* WORK REQUIRED *
Note each line in the data holding the string "IFCPOLYGONALFACESET" and report it.

* RECORDS PROVIDED *
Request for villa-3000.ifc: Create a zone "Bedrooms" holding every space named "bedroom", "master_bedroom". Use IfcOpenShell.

First a look at what the model holds.

```python
import ifcopenshell

model = ifcopenshell.open("villa-3000.ifc")
print(model.schema)
seen = {}
for space in model.by_type("IfcSpace"):
    seen[space.LongName] = seen.get(space.LongName, 0) + 1
for name, count in sorted(seen.items(), key=str):
    print(count, "x", name)
print("zones:", [z.Name for z in model.by_type("IfcZone")][:20])
```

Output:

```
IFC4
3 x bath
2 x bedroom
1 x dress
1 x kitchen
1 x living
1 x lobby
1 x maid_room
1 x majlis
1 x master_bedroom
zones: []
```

```python
import ifcopenshell
import ifcopenshell.api.group
import ifcopenshell.api.root

model = ifcopenshell.open("villa-3000.ifc")

names = {"bedroom", "master_bedroom"}
spaces = [s for s in model.by_type("IfcSpace") if s.LongName in names]

zone = ifcopenshell.api.root.create_entity(model, ifc_class="IfcZone", name="Bedrooms")
ifcopenshell.api.group.assign_group(model, products=spaces, group=zone)
print(len(spaces), "spaces in", zone.Name)

model.write("villa-3000_rev.ifc")
```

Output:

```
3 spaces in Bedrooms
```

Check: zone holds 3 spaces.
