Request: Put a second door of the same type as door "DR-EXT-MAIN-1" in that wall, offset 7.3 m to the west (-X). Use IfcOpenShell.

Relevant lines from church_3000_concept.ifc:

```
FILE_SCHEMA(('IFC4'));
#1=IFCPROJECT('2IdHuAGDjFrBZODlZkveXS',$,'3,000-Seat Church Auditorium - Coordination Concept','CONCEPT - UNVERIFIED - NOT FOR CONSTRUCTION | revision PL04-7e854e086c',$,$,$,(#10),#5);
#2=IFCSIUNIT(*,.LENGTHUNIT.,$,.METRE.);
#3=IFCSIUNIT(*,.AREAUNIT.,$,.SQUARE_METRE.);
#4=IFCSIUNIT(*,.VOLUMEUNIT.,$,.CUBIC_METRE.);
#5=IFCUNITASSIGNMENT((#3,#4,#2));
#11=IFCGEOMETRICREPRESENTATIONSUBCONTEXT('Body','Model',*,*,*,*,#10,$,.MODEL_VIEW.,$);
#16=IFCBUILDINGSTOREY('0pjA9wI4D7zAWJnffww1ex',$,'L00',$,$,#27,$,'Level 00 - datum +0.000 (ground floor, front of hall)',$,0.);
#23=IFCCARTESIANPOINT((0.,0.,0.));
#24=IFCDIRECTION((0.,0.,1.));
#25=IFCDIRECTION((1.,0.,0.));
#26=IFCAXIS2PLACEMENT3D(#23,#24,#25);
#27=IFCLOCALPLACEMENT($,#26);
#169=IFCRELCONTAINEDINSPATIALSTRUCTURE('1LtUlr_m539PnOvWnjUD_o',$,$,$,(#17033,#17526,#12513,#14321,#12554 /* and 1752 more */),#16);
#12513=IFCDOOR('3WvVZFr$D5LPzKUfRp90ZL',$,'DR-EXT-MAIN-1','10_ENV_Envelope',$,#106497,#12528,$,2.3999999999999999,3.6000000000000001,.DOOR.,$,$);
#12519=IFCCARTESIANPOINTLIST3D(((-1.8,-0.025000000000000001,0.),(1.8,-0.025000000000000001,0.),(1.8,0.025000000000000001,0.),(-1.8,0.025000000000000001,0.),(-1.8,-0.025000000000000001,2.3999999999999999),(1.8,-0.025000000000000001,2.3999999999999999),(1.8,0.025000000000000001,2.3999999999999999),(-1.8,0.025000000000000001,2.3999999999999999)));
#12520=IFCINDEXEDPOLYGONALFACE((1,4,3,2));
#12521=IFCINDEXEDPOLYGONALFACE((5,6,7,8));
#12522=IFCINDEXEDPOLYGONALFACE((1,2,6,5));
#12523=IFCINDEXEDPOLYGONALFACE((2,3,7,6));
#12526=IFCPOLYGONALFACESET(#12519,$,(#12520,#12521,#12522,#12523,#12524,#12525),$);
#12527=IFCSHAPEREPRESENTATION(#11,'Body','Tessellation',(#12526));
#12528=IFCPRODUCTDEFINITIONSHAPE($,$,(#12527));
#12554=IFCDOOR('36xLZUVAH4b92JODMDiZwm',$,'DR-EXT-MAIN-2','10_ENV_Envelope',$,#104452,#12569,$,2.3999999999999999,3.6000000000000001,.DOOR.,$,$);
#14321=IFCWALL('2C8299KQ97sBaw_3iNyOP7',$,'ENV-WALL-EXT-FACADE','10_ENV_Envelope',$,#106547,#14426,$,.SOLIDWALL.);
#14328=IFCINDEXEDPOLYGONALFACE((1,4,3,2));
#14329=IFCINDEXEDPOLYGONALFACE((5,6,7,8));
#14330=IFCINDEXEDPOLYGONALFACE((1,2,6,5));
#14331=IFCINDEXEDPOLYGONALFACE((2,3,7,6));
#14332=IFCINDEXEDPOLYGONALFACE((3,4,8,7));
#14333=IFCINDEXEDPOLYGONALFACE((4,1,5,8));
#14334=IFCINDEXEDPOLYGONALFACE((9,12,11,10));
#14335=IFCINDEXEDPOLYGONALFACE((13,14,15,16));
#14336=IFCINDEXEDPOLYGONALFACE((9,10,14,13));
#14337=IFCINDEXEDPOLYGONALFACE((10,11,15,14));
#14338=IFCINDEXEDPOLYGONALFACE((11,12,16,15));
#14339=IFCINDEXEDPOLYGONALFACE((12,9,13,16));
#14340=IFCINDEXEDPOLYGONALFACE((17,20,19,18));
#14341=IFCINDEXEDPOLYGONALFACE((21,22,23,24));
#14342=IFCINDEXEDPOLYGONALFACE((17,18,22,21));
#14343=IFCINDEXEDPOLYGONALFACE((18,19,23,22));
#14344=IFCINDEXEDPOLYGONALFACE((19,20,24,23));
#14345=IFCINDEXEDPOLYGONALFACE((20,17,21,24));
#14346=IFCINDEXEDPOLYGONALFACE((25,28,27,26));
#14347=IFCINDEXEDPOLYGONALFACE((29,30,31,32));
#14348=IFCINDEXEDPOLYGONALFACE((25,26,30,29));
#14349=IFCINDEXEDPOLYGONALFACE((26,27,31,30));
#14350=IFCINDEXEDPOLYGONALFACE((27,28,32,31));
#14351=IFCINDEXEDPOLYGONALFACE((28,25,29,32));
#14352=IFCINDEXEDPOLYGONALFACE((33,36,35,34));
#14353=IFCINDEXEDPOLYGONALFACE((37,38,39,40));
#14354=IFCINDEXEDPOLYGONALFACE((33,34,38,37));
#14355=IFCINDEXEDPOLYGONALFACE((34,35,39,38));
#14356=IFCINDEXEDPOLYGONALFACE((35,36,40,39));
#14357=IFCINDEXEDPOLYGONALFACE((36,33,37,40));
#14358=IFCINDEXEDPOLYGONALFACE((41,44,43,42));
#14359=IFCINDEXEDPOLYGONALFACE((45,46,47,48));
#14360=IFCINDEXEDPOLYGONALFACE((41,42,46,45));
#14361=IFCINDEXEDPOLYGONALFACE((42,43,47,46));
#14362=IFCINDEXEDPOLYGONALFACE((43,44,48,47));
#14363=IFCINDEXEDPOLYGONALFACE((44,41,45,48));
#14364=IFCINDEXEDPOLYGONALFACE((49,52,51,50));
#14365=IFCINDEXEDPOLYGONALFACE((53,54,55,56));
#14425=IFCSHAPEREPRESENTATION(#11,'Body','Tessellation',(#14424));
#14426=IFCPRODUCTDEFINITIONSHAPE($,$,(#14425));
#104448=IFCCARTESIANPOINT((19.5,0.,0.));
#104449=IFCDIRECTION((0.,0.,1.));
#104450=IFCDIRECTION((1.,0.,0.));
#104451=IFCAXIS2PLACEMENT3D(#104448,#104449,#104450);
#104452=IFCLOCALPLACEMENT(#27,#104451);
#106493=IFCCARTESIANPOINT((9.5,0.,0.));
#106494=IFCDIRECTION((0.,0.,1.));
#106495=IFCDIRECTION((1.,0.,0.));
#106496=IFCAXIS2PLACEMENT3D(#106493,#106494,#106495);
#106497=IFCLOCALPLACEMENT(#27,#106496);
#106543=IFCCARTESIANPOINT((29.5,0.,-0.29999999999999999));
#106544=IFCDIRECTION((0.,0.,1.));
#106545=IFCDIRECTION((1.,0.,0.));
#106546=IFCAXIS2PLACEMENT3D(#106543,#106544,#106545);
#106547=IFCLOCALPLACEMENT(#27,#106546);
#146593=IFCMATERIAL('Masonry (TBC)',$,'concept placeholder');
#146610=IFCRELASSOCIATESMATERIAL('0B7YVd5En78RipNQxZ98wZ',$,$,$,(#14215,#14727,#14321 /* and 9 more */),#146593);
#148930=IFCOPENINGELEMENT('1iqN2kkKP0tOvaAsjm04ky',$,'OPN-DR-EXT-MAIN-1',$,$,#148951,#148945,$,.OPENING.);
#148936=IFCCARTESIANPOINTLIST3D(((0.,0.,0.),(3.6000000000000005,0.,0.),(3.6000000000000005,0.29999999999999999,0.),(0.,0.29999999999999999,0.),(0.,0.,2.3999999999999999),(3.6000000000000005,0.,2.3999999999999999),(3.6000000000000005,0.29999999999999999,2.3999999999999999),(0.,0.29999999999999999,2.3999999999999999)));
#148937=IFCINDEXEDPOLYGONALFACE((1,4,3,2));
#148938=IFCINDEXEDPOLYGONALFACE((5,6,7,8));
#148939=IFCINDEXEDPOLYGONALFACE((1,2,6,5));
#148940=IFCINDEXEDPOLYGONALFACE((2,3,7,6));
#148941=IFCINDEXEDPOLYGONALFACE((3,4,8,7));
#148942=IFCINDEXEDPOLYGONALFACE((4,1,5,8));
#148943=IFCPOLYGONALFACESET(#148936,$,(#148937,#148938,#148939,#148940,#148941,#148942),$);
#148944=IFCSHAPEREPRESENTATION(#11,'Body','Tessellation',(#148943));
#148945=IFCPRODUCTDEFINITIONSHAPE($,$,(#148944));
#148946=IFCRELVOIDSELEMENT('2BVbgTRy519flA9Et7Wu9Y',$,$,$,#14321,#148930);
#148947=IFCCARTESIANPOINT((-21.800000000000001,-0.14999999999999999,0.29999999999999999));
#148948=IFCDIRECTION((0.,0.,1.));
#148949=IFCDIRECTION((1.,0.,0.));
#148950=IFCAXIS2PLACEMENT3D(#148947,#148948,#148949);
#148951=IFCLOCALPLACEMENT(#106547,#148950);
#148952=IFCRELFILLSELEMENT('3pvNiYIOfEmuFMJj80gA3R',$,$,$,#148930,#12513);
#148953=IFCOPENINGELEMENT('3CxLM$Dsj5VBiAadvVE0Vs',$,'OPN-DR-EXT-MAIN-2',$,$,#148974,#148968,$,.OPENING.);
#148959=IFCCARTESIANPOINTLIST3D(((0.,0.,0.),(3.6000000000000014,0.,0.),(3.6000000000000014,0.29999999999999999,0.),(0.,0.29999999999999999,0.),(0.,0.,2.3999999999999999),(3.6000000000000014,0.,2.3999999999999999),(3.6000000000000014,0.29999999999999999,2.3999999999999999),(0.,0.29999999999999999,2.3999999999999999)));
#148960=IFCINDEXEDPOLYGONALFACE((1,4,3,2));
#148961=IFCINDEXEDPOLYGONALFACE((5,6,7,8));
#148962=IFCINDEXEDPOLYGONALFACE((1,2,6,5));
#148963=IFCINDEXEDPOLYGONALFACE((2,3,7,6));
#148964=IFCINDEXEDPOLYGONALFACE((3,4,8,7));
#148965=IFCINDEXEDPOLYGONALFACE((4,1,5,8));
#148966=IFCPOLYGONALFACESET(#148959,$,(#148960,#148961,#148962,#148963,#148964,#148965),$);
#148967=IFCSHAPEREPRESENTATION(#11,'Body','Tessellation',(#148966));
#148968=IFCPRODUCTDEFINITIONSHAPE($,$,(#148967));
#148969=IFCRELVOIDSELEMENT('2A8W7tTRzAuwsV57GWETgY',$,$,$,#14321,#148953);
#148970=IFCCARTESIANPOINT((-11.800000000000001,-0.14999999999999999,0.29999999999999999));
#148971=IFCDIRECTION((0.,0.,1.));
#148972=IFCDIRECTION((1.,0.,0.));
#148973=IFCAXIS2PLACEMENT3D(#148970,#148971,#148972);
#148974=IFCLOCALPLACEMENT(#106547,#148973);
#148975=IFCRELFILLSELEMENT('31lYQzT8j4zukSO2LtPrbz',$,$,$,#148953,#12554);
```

```python
import ifcopenshell
import ifcopenshell.api.feature
import ifcopenshell.api.geometry
import ifcopenshell.api.root
import ifcopenshell.geom
import ifcopenshell.util.element
import ifcopenshell.util.placement
import ifcopenshell.util.shape
import ifcopenshell.util.unit

model = ifcopenshell.open("church_3000_concept.ifc")
unit_scale = ifcopenshell.util.unit.calculate_unit_scale(model)
settings = ifcopenshell.geom.settings()


def volume(element):
    """Net volume in cubic metres, openings subtracted."""
    shape = ifcopenshell.geom.create_shape(settings, element)
    return ifcopenshell.util.shape.get_volume(shape.geometry)


door = model.by_guid("3WvVZFr$D5LPzKUfRp90ZL")
opening = door.FillsVoids[0].RelatingOpeningElement
wall = opening.VoidsElements[0].RelatingBuildingElement
before = volume(wall)
shift = ifcopenshell.util.placement.get_local_placement(wall.ObjectPlacement)[:3, 0] * -7.3 / unit_scale

# copy_class copies the void relationship, type, container and properties, but no geometry.
new_opening = ifcopenshell.api.root.copy_class(model, product=opening)
new_opening.Representation = ifcopenshell.util.element.copy_deep(
    model, opening.Representation, exclude=["IfcGeometricRepresentationContext", "IfcRepresentationMap"]
)
new_door = ifcopenshell.api.root.copy_class(model, product=door)
new_door.Representation = ifcopenshell.util.element.copy_deep(
    model, door.Representation, exclude=["IfcGeometricRepresentationContext", "IfcRepresentationMap"]
)
ifcopenshell.api.feature.add_filling(model, opening=new_opening, element=new_door)

for old, new in ((opening, new_opening), (door, new_door)):
    matrix = ifcopenshell.util.placement.get_local_placement(old.ObjectPlacement)
    matrix[:3, 3] += shift
    ifcopenshell.api.geometry.edit_object_placement(model, product=new, matrix=matrix, is_si=False)

after = volume(wall)

print(f"wall volume {before:.3f} -> {after:.3f} m3")

model.write("church_3000_concept_rev.ifc")
```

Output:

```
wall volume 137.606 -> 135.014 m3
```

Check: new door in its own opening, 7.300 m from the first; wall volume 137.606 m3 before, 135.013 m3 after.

* FINAL ANSWER *
#12526=IFCPOLYGONALFACESET(#12519,$,(#12520,#12521,#12522,#12523,#12524,#12525),$);
#148943=IFCPOLYGONALFACESET(#148936,$,(#148937,#148938,#148939,#148940,#148941,#148942),$);
#148966=IFCPOLYGONALFACESET(#148959,$,(#148960,#148961,#148962,#148963,#148964,#148965),$);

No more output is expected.